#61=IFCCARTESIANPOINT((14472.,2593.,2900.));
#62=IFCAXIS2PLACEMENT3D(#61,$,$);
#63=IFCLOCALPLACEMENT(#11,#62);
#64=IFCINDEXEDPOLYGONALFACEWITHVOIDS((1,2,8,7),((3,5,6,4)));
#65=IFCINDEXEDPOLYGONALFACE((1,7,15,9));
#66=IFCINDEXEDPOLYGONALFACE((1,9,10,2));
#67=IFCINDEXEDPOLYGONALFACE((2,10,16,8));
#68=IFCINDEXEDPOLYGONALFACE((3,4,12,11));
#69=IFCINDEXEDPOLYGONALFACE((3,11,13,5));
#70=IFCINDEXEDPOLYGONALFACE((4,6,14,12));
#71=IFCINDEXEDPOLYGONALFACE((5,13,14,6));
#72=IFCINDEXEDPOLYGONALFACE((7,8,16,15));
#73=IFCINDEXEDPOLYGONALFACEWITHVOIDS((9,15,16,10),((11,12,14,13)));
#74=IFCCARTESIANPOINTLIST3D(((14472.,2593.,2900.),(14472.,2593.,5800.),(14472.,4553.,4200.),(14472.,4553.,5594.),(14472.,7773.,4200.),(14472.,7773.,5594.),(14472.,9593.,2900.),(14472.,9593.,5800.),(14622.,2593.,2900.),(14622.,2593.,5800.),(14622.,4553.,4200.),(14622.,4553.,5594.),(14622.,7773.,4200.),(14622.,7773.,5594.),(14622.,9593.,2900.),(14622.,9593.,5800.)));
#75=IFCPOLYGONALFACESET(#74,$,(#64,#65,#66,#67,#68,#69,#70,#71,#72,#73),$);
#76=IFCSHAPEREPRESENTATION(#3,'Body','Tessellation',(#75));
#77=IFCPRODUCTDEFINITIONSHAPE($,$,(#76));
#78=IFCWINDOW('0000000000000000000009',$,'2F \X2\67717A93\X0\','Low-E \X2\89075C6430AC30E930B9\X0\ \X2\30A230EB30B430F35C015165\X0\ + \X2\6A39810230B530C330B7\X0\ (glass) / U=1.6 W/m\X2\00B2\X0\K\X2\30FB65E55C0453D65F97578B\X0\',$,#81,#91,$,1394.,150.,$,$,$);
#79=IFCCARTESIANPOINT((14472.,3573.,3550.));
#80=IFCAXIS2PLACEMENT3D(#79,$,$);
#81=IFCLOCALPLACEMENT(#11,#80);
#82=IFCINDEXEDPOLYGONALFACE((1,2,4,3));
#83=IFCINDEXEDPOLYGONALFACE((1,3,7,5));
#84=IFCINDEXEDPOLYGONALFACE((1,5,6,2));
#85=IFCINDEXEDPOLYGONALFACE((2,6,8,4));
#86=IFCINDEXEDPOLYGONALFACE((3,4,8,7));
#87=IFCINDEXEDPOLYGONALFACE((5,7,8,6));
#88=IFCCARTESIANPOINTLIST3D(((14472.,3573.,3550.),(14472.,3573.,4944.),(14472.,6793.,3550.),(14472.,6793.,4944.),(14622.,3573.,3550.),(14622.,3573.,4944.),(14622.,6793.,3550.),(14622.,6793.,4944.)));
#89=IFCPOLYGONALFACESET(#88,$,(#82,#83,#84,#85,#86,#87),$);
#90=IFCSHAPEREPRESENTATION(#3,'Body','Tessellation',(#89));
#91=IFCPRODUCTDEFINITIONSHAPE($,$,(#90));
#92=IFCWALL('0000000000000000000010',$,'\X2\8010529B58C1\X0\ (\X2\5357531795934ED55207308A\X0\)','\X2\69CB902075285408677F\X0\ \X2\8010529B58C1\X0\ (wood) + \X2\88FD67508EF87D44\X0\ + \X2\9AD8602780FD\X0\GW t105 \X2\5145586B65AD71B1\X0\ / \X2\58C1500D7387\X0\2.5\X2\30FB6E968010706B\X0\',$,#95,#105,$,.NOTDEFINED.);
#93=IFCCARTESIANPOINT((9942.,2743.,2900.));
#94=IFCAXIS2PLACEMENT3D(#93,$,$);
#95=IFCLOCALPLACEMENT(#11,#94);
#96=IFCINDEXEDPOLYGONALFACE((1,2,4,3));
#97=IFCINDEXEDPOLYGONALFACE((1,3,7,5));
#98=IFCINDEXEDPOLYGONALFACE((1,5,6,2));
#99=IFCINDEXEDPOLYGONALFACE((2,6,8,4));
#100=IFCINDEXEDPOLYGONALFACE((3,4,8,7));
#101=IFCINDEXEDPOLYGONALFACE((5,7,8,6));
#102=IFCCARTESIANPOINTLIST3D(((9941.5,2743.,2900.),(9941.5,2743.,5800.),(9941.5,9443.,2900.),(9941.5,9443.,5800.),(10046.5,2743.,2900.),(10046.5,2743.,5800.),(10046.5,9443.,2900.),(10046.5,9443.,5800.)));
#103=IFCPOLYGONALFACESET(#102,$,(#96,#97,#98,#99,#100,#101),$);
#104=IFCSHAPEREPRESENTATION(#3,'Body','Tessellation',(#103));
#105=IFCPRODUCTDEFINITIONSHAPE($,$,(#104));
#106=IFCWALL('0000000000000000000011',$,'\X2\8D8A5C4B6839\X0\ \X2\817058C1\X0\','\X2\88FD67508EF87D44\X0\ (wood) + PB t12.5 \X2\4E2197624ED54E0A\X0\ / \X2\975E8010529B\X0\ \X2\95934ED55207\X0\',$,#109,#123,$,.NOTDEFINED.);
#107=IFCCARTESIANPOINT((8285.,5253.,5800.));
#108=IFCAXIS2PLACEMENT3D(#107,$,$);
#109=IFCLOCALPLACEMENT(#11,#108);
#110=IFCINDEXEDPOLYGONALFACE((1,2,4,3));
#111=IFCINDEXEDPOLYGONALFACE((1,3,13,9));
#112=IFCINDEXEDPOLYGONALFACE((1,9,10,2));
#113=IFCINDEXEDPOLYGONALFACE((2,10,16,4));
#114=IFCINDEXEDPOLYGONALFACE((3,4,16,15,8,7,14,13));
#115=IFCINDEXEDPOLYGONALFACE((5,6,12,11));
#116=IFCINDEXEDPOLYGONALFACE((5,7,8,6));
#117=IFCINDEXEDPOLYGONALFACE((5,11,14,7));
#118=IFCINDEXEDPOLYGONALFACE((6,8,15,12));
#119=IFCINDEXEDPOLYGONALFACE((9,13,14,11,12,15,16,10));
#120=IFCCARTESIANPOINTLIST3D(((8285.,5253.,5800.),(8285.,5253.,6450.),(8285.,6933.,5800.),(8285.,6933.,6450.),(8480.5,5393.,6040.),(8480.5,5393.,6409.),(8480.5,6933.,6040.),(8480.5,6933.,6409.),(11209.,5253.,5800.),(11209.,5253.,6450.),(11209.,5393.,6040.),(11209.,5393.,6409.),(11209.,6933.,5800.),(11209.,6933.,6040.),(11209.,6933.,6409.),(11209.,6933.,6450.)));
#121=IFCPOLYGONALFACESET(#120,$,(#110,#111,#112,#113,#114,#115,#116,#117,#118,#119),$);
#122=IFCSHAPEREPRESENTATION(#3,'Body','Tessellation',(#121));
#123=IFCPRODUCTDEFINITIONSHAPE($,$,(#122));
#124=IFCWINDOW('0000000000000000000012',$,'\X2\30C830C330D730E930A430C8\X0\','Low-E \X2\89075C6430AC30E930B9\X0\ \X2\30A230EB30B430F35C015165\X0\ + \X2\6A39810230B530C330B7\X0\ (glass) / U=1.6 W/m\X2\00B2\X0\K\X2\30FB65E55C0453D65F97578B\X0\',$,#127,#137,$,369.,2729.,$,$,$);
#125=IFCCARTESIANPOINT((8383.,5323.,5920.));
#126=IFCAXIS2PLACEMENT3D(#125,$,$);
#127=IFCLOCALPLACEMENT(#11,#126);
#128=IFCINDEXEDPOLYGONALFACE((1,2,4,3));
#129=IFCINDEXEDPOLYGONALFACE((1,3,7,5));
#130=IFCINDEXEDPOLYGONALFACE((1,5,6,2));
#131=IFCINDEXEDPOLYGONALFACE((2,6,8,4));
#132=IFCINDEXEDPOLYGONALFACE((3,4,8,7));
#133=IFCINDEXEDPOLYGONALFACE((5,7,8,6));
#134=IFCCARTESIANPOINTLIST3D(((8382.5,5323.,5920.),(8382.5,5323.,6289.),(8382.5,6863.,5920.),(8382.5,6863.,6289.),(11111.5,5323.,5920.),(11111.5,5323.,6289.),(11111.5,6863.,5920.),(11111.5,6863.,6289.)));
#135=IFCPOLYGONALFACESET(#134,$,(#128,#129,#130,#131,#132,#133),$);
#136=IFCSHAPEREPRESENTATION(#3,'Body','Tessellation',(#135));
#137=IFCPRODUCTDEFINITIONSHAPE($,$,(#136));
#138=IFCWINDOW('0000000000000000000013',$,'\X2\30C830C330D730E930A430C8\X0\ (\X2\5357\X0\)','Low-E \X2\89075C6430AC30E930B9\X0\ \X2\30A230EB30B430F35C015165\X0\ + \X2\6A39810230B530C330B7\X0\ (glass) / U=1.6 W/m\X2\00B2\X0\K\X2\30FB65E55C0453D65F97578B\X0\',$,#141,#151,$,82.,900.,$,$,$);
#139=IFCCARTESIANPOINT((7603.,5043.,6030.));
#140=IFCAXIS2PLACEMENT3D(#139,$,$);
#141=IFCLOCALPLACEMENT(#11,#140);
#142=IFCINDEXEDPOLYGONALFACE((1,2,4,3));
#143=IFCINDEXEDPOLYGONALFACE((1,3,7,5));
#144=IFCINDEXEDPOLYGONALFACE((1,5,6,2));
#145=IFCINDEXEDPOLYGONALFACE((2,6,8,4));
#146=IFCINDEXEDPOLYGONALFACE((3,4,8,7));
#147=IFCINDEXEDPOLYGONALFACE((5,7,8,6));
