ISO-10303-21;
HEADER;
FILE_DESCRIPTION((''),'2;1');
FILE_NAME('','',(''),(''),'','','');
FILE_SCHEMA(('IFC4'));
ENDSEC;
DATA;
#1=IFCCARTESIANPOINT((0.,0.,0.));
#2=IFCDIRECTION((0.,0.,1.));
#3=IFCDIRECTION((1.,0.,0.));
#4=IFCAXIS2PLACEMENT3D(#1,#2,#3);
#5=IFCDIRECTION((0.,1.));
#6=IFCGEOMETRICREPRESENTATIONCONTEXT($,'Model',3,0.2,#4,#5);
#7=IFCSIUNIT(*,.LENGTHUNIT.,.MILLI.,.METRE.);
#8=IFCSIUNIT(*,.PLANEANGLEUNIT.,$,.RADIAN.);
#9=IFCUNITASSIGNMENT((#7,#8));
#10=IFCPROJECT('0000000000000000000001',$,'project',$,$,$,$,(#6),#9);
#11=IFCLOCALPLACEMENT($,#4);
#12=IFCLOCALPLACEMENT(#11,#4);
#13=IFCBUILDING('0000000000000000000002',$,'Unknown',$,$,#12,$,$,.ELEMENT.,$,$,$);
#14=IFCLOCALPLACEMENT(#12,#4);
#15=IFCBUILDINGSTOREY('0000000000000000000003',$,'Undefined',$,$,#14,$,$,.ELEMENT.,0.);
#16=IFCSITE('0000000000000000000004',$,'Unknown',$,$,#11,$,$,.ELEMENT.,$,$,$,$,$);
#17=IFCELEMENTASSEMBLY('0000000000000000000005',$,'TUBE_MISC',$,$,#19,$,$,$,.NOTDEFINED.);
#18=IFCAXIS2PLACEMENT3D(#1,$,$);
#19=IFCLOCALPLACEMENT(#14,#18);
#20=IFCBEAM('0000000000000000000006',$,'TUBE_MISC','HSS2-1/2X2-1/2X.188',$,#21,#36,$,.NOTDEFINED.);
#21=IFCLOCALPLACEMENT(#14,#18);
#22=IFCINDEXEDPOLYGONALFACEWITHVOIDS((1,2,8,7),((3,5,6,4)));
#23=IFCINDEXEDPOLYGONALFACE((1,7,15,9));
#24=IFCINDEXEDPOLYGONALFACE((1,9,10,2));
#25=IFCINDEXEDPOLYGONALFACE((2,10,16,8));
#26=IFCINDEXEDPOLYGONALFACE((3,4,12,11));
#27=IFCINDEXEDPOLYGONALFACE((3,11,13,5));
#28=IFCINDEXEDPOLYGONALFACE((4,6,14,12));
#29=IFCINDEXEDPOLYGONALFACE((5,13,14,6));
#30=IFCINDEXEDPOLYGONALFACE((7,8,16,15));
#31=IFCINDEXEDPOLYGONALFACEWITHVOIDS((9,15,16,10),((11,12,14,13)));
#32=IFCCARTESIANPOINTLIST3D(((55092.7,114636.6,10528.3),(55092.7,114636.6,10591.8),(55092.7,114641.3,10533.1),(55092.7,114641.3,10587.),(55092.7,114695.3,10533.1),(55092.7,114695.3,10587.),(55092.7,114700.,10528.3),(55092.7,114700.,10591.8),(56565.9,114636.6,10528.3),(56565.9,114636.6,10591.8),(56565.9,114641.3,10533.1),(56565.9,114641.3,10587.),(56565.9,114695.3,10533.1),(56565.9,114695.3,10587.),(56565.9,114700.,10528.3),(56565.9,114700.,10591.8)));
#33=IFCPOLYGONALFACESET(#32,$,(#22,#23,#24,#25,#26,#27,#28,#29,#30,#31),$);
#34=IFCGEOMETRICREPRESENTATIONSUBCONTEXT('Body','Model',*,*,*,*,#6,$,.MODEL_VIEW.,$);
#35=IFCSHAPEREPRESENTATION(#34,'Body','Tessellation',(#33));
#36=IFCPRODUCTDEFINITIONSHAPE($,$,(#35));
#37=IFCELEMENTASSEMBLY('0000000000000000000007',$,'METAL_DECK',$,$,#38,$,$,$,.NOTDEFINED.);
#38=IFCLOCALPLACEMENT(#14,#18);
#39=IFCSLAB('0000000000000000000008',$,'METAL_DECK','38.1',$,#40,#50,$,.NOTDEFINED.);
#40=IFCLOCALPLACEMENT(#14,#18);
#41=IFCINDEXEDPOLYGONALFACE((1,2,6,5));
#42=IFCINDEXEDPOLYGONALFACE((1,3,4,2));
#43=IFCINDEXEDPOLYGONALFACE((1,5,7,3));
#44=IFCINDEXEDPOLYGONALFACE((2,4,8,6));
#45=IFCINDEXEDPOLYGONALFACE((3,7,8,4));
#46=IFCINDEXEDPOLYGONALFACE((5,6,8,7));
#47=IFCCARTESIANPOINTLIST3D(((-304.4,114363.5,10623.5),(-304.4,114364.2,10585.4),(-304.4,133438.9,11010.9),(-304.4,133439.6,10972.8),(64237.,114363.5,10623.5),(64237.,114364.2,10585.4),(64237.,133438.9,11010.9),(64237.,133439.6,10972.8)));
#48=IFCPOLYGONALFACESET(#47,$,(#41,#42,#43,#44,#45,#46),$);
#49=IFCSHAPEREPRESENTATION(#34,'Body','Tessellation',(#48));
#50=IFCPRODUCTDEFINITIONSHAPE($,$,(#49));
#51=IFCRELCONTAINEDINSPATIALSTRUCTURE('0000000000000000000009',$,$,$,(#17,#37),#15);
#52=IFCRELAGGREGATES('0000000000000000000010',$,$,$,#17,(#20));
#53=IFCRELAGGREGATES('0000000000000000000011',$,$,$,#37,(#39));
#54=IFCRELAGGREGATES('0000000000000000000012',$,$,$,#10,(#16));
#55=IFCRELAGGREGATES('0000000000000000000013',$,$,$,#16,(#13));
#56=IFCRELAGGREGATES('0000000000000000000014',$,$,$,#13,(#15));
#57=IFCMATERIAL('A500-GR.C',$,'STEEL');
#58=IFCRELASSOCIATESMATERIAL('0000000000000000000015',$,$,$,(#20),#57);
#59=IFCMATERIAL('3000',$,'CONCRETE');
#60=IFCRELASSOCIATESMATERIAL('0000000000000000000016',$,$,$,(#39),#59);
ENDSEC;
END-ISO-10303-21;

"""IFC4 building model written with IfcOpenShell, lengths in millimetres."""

from ifc_helpers import new_model, si_unit, direction, frame, origin_with_axes, place, context, subcontext, project, spatial, line, indexed_curve, outline, extrude, material, element, aggregate, save


model = new_model("IFC4")

# Units and contexts
model_context = context("Model", 3, precision=0.2, world=origin_with_axes(), true_north=direction((0.0, 1.0)))
body_context = subcontext(model_context, "Body", "Model", "MODEL_VIEW")
ifc_project = project(units=[si_unit("LENGTHUNIT", "METRE", prefix="MILLI"), si_unit("PLANEANGLEUNIT", "RADIAN")], contexts=[model_context])

# Site, building, storey
site_placement = place(None, origin_with_axes())
site = spatial("IfcSite", under=ifc_project, at=site_placement, Name="Unknown", CompositionType="ELEMENT")
building_placement = place(site_placement, origin_with_axes())
building = spatial("IfcBuilding", under=site, at=building_placement, Name="Unknown", CompositionType="ELEMENT")
storey_placement = place(building_placement, origin_with_axes())
storey = spatial("IfcBuildingStorey", under=building, at=storey_placement, Name="Undefined", CompositionType="ELEMENT", Elevation=0.0)

# Shared definitions
ifc_material_1 = material(Name="A500-GR.C", Category="STEEL")

# Element assembly, beam
assembly_1_placement = place(storey_placement, frame((55092.7, 114668.3, 10560.0), z_axis=(0.0, -1.0, 0.0), x_axis=(1.0, 0.0, 0.0)))
assembly_1 = element("IfcElementAssembly", 1, at=assembly_1_placement, inside=storey, Name="TUBE_MISC", PredefinedType="NOTDEFINED")
beam_1_placement = place(assembly_1_placement, origin_with_axes())
beam_1 = element("IfcBeam", 2, at=beam_1_placement, material=ifc_material_1, Name="TUBE_MISC", Description="HSS2-1/2X2-1/2X.188", PredefinedType="NOTDEFINED", context=body_context, shape_type="SolidModel", body=[
    extrude(outline(indexed_curve([(-31.8, -31.8), (31.8, -31.8), (31.8, 31.8), (-31.8, 31.8)], segments=[line(1, 2, 3, 4, 1)]), holes=[indexed_curve([(-27.0, -27.0), (-27.0, 27.0), (27.0, 27.0), (27.0, -27.0)], segments=[line(1, 2, 3, 4, 1)])]), frame((0.0, 0.0, 0.0), z_axis=(-1.0, 0.0, 0.0), x_axis=(0.0, 0.0, 1.0)), (0.0, 0.0, -1.0), 1473.2),
])
aggregate(assembly_1, [beam_1])

# Element assembly, slab
assembly_2_placement = place(storey_placement, frame((64237.0, 114363.9, 10604.5), z_axis=(0.0, -0.020303, 0.999794), x_axis=(0.0, 0.999794, 0.020303)))
assembly_2 = element("IfcElementAssembly", 3, at=assembly_2_placement, inside=storey, Name="METAL_DECK", PredefinedType="NOTDEFINED")
ifc_material_2 = material(Name="3000", Category="CONCRETE")
slab_placement = place(assembly_2_placement, origin_with_axes())
slab = element("IfcSlab", 4, at=slab_placement, material=ifc_material_2, Name="METAL_DECK", Description="38.1", PredefinedType="NOTDEFINED", context=body_context, shape_type="SolidModel", body=[
    extrude(outline(indexed_curve([(0.0, 0.0), (19079.3, 0.0), (19079.3, 64541.4), (0.0, 64541.4)], segments=[line(1, 2, 3, 4, 1)])), frame((0.0, 0.0, 19.1), z_axis=(0.0, 0.0, 1.0), x_axis=(1.0, 0.0, 0.0)), (0.0, 0.0, -1.0), 38.1),
])
aggregate(assembly_2, [slab])

save(model, "model.ifc")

= = = = = = =

• _What is required_:
The line above containing "#145=IFCINDEXEDPOLYGONALFACE((2,6,8,4));", the line containing "#22=IFCINDEXEDPOLYGONALFACEWITHVOIDS((1,2,8,7),((3,5,6,4)));", and every line between them are to be transcribed exactly; no other line is wanted.

• _Your solution_:
#145=IFCINDEXEDPOLYGONALFACE((2,6,8,4));
#146=IFCINDEXEDPOLYGONALFACE((3,4,8,7));
#147=IFCINDEXEDPOLYGONALFACE((5,7,8,6));
ISO-10303-21;
HEADER;
FILE_DESCRIPTION((''),'2;1');
FILE_NAME('','',(''),(''),'','','');
FILE_SCHEMA(('IFC4'));
ENDSEC;
DATA;
#1=IFCCARTESIANPOINT((0.,0.,0.));
#2=IFCDIRECTION((0.,0.,1.));
#3=IFCDIRECTION((1.,0.,0.));
#4=IFCAXIS2PLACEMENT3D(#1,#2,#3);
#5=IFCDIRECTION((0.,1.));
#6=IFCGEOMETRICREPRESENTATIONCONTEXT($,'Model',3,0.2,#4,#5);
#7=IFCSIUNIT(*,.LENGTHUNIT.,.MILLI.,.METRE.);
#8=IFCSIUNIT(*,.PLANEANGLEUNIT.,$,.RADIAN.);
#9=IFCUNITASSIGNMENT((#7,#8));
#10=IFCPROJECT('0000000000000000000001',$,'project',$,$,$,$,(#6),#9);
#11=IFCLOCALPLACEMENT($,#4);
#12=IFCLOCALPLACEMENT(#11,#4);
#13=IFCBUILDING('0000000000000000000002',$,'Unknown',$,$,#12,$,$,.ELEMENT.,$,$,$);
#14=IFCLOCALPLACEMENT(#12,#4);
#15=IFCBUILDINGSTOREY('0000000000000000000003',$,'Undefined',$,$,#14,$,$,.ELEMENT.,0.);
#16=IFCSITE('0000000000000000000004',$,'Unknown',$,$,#11,$,$,.ELEMENT.,$,$,$,$,$);
#17=IFCELEMENTASSEMBLY('0000000000000000000005',$,'TUBE_MISC',$,$,#19,$,$,$,.NOTDEFINED.);
#18=IFCAXIS2PLACEMENT3D(#1,$,$);
#19=IFCLOCALPLACEMENT(#14,#18);
#20=IFCBEAM('0000000000000000000006',$,'TUBE_MISC','HSS2-1/2X2-1/2X.188',$,#21,#36,$,.NOTDEFINED.);
#21=IFCLOCALPLACEMENT(#14,#18);
#22=IFCINDEXEDPOLYGONALFACEWITHVOIDS((1,2,8,7),((3,5,6,4)));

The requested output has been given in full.